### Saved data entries

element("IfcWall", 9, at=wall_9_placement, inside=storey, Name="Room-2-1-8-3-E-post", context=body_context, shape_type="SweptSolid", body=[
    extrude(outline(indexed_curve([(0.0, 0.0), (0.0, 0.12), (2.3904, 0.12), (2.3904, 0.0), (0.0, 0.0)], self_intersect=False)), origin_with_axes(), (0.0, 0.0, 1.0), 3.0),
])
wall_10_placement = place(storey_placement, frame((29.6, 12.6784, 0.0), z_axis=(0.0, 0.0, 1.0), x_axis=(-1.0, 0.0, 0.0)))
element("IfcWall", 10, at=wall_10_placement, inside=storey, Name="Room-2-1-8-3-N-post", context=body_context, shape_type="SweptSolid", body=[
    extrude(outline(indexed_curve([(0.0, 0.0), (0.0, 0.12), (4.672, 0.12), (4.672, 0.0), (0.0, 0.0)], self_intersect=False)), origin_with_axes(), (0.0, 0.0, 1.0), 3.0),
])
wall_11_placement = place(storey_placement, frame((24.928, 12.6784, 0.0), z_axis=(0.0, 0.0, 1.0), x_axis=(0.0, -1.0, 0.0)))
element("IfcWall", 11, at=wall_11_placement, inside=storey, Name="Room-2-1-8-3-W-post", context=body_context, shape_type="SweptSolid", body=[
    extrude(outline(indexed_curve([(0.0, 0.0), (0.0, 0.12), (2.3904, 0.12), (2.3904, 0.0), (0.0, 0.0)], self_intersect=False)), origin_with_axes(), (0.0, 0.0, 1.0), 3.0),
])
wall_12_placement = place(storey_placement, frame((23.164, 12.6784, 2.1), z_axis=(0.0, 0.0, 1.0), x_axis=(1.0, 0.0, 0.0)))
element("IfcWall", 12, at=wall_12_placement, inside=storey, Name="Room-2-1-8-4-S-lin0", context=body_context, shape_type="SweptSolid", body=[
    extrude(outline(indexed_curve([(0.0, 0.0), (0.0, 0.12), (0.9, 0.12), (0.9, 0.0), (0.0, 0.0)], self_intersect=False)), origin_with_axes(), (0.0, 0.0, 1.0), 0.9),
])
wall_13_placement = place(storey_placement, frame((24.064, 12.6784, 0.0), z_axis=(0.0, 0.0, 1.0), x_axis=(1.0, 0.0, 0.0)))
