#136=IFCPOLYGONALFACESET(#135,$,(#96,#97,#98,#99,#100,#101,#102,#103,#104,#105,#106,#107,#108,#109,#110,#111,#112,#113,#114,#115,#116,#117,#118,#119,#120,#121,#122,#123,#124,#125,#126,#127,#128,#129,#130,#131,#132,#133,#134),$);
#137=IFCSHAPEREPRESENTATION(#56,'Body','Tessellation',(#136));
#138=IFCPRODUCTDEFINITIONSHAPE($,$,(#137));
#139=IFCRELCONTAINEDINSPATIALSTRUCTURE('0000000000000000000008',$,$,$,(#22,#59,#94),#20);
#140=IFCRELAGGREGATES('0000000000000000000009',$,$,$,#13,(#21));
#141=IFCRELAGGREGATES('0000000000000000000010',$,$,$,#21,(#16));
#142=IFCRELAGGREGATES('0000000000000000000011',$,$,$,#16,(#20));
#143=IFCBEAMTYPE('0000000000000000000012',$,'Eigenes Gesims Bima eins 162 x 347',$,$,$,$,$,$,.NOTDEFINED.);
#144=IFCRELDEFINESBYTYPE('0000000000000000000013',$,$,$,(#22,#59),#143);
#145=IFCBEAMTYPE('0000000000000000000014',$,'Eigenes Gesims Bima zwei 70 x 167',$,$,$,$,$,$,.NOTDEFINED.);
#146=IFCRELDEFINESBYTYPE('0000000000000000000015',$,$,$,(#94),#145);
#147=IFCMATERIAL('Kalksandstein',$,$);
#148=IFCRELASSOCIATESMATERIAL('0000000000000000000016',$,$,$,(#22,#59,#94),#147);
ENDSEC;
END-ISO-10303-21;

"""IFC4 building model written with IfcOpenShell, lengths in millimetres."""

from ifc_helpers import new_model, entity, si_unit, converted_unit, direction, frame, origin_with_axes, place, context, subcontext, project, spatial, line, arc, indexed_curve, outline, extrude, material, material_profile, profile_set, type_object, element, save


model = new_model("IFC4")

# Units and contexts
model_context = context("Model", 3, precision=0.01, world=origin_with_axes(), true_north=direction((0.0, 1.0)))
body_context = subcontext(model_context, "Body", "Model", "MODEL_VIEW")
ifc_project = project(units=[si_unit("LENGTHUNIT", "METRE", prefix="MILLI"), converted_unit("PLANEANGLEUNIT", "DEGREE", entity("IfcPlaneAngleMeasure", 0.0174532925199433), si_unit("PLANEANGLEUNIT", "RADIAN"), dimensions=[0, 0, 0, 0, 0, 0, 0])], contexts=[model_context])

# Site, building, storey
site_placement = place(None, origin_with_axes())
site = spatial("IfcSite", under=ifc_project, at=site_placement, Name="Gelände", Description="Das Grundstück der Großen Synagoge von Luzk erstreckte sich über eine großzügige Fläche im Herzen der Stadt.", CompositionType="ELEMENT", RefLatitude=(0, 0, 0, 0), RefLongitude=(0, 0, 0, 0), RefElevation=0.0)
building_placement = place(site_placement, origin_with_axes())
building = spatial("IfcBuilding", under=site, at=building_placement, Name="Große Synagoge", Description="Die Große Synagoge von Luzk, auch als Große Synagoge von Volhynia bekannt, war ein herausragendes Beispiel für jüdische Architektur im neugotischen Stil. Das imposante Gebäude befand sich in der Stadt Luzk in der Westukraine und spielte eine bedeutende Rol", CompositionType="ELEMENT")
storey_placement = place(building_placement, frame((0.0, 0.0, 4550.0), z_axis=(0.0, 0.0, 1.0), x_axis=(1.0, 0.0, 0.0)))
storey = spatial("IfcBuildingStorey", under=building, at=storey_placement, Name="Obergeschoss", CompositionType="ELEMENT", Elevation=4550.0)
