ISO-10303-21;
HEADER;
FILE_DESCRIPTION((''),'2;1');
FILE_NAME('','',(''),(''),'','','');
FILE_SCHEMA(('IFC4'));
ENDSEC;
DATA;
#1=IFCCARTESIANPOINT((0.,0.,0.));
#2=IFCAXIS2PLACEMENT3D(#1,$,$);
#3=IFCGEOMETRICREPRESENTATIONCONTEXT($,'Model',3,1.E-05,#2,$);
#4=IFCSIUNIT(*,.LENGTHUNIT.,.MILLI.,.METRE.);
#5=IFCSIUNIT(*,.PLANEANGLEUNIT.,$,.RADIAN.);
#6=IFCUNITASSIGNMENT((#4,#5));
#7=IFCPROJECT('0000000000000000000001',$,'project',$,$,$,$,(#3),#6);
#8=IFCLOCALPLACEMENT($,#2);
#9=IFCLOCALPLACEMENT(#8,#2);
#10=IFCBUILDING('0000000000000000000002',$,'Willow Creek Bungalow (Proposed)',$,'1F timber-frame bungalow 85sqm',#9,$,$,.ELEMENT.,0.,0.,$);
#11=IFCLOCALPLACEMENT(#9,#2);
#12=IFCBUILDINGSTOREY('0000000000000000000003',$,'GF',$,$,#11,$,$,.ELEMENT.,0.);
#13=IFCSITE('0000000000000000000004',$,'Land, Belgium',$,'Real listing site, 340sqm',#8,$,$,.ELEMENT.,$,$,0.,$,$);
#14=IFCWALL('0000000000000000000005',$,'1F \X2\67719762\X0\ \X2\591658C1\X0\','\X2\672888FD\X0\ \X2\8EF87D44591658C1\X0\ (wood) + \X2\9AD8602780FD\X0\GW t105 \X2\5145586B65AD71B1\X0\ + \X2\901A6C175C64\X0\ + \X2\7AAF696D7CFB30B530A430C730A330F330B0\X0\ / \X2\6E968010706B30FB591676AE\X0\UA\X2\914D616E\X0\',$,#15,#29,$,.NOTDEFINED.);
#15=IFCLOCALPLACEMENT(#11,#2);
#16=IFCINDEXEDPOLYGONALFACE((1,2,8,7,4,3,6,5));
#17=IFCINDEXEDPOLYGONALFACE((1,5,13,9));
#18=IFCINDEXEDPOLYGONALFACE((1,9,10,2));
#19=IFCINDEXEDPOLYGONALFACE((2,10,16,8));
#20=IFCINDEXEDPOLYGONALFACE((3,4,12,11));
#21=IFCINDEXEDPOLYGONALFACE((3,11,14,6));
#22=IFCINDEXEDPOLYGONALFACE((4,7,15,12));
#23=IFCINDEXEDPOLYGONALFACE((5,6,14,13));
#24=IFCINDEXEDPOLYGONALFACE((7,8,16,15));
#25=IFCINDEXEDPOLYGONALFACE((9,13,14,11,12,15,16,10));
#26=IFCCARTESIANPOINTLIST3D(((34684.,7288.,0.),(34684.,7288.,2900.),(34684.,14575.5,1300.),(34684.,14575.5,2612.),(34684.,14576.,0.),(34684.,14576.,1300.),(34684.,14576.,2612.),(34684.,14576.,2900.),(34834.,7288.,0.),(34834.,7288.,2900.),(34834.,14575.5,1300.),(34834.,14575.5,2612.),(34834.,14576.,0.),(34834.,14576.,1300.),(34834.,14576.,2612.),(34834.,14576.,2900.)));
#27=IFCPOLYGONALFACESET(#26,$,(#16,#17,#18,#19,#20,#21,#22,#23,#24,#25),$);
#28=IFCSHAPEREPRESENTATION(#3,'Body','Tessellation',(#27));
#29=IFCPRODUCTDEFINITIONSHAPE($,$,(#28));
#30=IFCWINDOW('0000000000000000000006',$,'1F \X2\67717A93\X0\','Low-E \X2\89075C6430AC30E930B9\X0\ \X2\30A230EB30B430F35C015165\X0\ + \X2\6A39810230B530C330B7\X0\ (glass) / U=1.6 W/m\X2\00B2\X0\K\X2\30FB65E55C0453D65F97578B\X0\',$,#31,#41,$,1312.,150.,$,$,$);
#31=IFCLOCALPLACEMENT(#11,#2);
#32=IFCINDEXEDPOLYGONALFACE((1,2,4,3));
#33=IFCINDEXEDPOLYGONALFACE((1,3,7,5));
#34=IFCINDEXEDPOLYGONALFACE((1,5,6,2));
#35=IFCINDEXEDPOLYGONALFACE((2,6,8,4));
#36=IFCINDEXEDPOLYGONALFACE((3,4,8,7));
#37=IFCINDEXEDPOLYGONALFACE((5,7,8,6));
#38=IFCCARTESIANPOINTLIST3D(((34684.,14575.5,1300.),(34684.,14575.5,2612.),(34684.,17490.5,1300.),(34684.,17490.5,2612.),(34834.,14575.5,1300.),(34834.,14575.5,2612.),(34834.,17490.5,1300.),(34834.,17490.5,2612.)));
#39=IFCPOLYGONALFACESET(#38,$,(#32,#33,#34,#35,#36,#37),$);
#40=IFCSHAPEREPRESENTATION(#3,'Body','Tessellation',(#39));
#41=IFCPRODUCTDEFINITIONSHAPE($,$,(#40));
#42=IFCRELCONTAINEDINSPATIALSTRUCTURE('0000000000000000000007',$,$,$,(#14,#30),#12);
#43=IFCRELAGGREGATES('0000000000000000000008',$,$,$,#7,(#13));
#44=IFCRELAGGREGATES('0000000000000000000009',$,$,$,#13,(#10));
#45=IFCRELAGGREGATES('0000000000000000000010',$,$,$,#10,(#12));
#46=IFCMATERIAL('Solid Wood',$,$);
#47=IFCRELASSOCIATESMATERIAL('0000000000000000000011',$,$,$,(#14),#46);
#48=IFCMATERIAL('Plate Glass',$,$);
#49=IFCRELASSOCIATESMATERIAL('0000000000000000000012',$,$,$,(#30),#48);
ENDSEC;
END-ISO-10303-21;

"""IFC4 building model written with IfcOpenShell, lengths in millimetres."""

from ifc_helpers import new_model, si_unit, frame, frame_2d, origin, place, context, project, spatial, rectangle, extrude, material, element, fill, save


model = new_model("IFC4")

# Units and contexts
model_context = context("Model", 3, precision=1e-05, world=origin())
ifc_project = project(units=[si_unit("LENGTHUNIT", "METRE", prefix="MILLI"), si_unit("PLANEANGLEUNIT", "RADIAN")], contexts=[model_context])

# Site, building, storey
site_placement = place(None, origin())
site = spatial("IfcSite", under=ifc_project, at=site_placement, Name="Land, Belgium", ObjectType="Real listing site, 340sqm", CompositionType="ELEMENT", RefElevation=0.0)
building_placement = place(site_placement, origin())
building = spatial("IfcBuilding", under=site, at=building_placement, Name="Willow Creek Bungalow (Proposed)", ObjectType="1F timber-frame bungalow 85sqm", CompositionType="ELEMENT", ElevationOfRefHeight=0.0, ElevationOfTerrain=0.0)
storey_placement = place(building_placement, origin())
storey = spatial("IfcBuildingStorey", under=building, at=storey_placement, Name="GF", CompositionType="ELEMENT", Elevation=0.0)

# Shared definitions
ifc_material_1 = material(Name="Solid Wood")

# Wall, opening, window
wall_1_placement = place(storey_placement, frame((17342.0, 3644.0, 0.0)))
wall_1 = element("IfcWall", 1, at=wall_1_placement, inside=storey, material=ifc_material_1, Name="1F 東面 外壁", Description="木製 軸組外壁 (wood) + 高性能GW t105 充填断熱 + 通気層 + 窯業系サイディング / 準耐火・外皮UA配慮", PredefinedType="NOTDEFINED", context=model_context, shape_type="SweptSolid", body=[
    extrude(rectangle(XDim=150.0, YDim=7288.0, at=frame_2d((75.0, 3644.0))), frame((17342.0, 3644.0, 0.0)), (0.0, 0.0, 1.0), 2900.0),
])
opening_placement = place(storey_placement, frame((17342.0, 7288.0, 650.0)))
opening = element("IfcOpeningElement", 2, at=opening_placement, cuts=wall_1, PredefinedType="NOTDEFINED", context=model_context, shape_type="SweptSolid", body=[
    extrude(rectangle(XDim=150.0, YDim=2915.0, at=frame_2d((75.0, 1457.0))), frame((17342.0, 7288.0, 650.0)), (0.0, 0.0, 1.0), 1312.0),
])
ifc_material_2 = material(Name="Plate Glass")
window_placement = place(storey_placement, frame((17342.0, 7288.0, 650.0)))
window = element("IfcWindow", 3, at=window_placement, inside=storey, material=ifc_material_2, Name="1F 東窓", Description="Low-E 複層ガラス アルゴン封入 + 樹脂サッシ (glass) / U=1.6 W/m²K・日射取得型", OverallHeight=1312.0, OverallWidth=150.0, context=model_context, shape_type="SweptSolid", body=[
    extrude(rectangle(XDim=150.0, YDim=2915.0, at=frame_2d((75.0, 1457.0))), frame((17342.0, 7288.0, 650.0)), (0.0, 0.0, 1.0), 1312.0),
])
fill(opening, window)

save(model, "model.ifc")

### About this task
Whenever the word "IFCLOCALPLACEMENT" shows up in a line of the entries above, copy that line.

### Response to this exercise
#8=IFCLOCALPLACEMENT($,#2);
#9=IFCLOCALPLACEMENT(#8,#2);
#11=IFCLOCALPLACEMENT(#9,#2);
#15=IFCLOCALPLACEMENT(#11,#2);
#31=IFCLOCALPLACEMENT(#11,#2);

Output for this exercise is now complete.